Exercise details:
Whenever a line in this data holds the word "IFCSIUNIT", report that line in full.

*** Begin section ***

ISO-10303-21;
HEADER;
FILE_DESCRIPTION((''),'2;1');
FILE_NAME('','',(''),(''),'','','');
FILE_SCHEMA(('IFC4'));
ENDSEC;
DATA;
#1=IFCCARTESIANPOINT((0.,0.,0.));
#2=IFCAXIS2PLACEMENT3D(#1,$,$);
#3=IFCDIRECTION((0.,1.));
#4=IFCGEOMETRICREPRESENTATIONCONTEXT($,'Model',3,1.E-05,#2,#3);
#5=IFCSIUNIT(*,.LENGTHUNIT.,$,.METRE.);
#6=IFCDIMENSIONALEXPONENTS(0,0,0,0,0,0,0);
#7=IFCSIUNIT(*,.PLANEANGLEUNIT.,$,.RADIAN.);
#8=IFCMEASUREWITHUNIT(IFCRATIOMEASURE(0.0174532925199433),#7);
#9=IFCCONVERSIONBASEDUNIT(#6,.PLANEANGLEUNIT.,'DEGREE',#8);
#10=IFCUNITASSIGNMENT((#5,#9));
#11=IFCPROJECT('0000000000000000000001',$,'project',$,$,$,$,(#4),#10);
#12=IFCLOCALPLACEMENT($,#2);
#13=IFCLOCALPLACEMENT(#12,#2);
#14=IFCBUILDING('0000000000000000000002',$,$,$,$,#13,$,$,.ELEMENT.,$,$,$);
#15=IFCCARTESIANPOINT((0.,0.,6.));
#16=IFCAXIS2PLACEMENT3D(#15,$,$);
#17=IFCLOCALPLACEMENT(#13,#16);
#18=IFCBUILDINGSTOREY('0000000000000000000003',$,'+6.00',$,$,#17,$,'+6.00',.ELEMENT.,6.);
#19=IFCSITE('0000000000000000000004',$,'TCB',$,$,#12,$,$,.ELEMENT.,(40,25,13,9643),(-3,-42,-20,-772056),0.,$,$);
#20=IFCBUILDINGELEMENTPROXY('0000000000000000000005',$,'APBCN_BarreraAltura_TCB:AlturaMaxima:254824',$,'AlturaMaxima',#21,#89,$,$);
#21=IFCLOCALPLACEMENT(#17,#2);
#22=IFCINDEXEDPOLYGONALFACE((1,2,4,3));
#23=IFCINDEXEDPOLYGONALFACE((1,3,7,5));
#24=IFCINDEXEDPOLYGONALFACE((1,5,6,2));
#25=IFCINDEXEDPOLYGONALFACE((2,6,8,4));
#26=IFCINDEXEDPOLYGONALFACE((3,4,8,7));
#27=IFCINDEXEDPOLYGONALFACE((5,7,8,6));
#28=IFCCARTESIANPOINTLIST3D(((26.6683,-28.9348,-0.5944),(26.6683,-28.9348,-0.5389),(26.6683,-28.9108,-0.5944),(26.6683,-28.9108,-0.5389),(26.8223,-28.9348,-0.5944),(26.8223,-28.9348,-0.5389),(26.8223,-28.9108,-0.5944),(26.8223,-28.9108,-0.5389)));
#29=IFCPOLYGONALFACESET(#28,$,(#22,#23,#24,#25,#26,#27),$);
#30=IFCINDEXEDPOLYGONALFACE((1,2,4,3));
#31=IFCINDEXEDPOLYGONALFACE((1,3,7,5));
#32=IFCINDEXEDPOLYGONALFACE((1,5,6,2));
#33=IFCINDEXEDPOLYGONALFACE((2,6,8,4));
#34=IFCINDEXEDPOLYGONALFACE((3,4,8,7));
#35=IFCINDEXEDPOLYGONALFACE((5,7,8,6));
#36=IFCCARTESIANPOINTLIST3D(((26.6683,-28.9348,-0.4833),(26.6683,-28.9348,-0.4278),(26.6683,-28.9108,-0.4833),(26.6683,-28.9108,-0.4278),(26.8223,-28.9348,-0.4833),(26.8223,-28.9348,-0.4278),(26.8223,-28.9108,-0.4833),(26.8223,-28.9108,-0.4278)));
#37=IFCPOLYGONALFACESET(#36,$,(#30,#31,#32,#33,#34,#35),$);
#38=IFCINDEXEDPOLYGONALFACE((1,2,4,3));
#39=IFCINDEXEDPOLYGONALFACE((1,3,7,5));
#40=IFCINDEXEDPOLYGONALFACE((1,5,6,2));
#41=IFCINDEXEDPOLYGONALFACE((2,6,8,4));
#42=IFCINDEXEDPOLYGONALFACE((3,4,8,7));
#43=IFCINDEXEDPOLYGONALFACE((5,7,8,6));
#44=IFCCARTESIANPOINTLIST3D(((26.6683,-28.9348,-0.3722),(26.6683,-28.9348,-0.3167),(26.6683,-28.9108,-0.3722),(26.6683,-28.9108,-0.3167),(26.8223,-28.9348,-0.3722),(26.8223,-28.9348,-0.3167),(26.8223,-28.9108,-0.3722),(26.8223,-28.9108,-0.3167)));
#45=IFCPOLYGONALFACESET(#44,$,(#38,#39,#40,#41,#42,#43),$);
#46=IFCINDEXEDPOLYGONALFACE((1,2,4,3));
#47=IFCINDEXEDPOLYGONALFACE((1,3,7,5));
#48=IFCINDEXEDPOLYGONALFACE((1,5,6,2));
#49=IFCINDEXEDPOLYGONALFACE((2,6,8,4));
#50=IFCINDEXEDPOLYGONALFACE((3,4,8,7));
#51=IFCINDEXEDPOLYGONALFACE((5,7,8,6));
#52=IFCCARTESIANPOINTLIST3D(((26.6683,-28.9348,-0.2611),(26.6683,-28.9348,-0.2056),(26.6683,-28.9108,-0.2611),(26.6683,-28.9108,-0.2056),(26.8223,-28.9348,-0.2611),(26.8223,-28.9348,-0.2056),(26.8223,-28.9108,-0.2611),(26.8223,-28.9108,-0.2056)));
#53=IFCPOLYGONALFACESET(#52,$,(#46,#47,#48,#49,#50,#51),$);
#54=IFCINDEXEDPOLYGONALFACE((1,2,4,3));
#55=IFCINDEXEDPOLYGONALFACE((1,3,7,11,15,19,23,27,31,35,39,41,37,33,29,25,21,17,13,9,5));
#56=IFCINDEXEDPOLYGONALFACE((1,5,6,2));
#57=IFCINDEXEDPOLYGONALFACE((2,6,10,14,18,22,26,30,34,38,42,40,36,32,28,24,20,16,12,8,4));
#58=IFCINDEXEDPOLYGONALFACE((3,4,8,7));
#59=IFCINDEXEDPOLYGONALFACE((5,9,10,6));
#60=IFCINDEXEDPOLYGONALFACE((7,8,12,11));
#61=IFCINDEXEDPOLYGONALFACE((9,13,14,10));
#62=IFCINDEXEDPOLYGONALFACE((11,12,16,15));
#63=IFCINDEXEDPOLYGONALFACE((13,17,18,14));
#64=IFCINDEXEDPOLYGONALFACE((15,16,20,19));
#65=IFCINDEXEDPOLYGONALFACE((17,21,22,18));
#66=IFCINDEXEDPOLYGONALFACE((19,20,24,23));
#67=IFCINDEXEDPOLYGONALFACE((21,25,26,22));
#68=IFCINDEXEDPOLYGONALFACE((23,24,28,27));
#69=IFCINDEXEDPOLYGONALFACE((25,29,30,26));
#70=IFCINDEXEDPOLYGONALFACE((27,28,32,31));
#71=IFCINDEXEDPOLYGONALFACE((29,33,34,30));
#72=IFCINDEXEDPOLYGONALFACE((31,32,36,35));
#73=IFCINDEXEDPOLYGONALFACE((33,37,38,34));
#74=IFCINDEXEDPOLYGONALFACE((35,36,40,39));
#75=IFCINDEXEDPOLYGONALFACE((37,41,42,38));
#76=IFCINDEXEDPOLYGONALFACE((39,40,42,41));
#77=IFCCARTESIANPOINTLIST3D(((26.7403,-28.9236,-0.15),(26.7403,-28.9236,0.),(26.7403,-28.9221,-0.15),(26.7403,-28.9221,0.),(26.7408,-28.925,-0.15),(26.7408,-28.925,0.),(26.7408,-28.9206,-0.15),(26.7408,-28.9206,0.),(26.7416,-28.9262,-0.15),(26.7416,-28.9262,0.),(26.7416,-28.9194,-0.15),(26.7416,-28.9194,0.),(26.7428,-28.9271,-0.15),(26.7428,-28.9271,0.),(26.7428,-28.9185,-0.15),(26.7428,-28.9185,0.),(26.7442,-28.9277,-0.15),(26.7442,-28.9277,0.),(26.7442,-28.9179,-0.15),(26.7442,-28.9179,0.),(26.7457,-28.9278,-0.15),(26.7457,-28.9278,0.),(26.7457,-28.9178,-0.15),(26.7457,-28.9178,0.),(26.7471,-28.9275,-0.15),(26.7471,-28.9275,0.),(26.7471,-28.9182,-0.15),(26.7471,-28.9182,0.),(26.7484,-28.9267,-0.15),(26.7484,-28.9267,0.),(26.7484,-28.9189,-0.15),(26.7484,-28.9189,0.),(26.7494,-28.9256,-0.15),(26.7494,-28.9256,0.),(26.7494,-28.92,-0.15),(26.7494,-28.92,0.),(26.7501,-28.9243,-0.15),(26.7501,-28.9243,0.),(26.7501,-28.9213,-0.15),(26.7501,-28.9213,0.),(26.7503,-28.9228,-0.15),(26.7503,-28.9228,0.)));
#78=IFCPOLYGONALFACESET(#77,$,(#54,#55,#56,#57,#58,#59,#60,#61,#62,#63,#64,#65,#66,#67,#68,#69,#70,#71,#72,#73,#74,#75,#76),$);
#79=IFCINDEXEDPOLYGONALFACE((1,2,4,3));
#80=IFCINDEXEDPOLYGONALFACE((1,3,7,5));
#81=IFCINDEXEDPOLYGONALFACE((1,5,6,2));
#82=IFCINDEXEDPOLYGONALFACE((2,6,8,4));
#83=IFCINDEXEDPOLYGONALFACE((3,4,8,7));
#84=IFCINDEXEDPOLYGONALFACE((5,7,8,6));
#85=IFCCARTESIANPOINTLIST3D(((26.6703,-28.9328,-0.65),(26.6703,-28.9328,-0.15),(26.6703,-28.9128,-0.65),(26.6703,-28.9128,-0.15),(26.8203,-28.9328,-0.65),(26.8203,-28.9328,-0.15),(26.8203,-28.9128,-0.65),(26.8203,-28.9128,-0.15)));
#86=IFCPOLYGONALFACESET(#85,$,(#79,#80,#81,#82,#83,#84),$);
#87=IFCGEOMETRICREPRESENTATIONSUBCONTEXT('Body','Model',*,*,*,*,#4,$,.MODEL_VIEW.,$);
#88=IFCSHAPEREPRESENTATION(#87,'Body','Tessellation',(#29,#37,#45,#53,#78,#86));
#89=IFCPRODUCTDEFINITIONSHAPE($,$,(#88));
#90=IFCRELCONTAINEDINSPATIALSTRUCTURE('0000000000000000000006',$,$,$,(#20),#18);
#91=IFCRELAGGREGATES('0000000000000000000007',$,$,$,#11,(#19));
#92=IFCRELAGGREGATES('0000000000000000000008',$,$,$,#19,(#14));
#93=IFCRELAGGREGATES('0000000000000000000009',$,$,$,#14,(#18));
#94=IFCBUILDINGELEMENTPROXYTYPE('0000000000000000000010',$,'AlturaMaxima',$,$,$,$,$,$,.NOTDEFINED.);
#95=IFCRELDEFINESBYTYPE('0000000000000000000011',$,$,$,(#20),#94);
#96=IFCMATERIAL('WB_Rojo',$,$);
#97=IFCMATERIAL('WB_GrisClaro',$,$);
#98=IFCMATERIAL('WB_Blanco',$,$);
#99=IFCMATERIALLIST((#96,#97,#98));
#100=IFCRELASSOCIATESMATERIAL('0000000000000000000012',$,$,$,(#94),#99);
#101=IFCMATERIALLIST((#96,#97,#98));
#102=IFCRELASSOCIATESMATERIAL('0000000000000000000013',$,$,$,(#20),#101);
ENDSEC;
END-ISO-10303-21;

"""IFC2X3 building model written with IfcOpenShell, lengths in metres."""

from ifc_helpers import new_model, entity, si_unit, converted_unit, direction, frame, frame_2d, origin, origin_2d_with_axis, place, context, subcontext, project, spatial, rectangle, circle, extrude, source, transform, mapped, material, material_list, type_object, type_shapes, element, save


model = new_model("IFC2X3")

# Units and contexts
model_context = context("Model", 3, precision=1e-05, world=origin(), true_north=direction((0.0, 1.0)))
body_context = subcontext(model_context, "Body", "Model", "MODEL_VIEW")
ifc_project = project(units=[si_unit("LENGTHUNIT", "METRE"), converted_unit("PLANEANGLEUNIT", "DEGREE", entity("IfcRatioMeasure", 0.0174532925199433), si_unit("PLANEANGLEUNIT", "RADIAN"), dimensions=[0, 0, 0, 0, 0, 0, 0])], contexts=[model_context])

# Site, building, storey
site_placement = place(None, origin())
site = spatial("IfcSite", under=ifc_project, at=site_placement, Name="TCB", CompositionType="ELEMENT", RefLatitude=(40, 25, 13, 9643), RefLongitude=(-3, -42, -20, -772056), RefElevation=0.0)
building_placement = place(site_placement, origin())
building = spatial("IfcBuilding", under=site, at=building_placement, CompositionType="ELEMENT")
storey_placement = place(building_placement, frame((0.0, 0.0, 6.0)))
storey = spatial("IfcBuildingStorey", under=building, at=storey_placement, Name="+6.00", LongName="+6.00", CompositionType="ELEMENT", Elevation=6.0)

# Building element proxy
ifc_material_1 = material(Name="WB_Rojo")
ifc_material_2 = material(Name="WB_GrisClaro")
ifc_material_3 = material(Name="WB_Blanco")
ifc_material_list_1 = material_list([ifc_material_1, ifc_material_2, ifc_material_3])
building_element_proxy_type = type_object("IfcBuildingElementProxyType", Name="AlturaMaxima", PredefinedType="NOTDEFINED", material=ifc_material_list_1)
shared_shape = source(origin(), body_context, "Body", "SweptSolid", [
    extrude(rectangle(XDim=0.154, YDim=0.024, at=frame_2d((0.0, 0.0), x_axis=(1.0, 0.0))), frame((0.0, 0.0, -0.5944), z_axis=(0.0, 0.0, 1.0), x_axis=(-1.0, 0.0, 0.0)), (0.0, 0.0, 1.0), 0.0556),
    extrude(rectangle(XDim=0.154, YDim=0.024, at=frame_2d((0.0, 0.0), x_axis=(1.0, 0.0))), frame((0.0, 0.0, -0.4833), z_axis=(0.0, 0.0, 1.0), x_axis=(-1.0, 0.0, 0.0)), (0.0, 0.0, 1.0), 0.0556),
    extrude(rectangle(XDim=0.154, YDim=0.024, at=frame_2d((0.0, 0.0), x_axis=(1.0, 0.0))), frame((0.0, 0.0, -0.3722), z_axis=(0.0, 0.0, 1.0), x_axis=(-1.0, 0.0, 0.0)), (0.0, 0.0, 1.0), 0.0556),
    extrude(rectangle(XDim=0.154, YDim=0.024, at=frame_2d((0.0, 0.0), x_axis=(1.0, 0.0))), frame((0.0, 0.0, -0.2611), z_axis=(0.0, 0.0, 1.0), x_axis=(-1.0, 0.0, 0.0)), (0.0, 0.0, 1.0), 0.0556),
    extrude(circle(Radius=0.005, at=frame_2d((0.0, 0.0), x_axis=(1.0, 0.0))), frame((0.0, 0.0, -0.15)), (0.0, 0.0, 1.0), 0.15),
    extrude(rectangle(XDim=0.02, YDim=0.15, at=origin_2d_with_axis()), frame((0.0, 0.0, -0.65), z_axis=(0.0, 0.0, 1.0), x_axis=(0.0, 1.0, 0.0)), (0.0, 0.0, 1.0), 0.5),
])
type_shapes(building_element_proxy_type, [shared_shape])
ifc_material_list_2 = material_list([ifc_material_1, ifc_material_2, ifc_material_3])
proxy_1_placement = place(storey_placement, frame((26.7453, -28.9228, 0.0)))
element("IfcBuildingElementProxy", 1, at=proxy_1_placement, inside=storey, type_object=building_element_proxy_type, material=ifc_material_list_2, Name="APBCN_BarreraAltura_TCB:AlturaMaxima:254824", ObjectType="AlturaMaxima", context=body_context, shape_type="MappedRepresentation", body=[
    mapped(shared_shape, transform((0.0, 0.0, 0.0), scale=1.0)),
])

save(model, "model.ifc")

*** End section ***

Solved exercise:
#5=IFCSIUNIT(*,.LENGTHUNIT.,$,.METRE.);
#7=IFCSIUNIT(*,.PLANEANGLEUNIT.,$,.RADIAN.);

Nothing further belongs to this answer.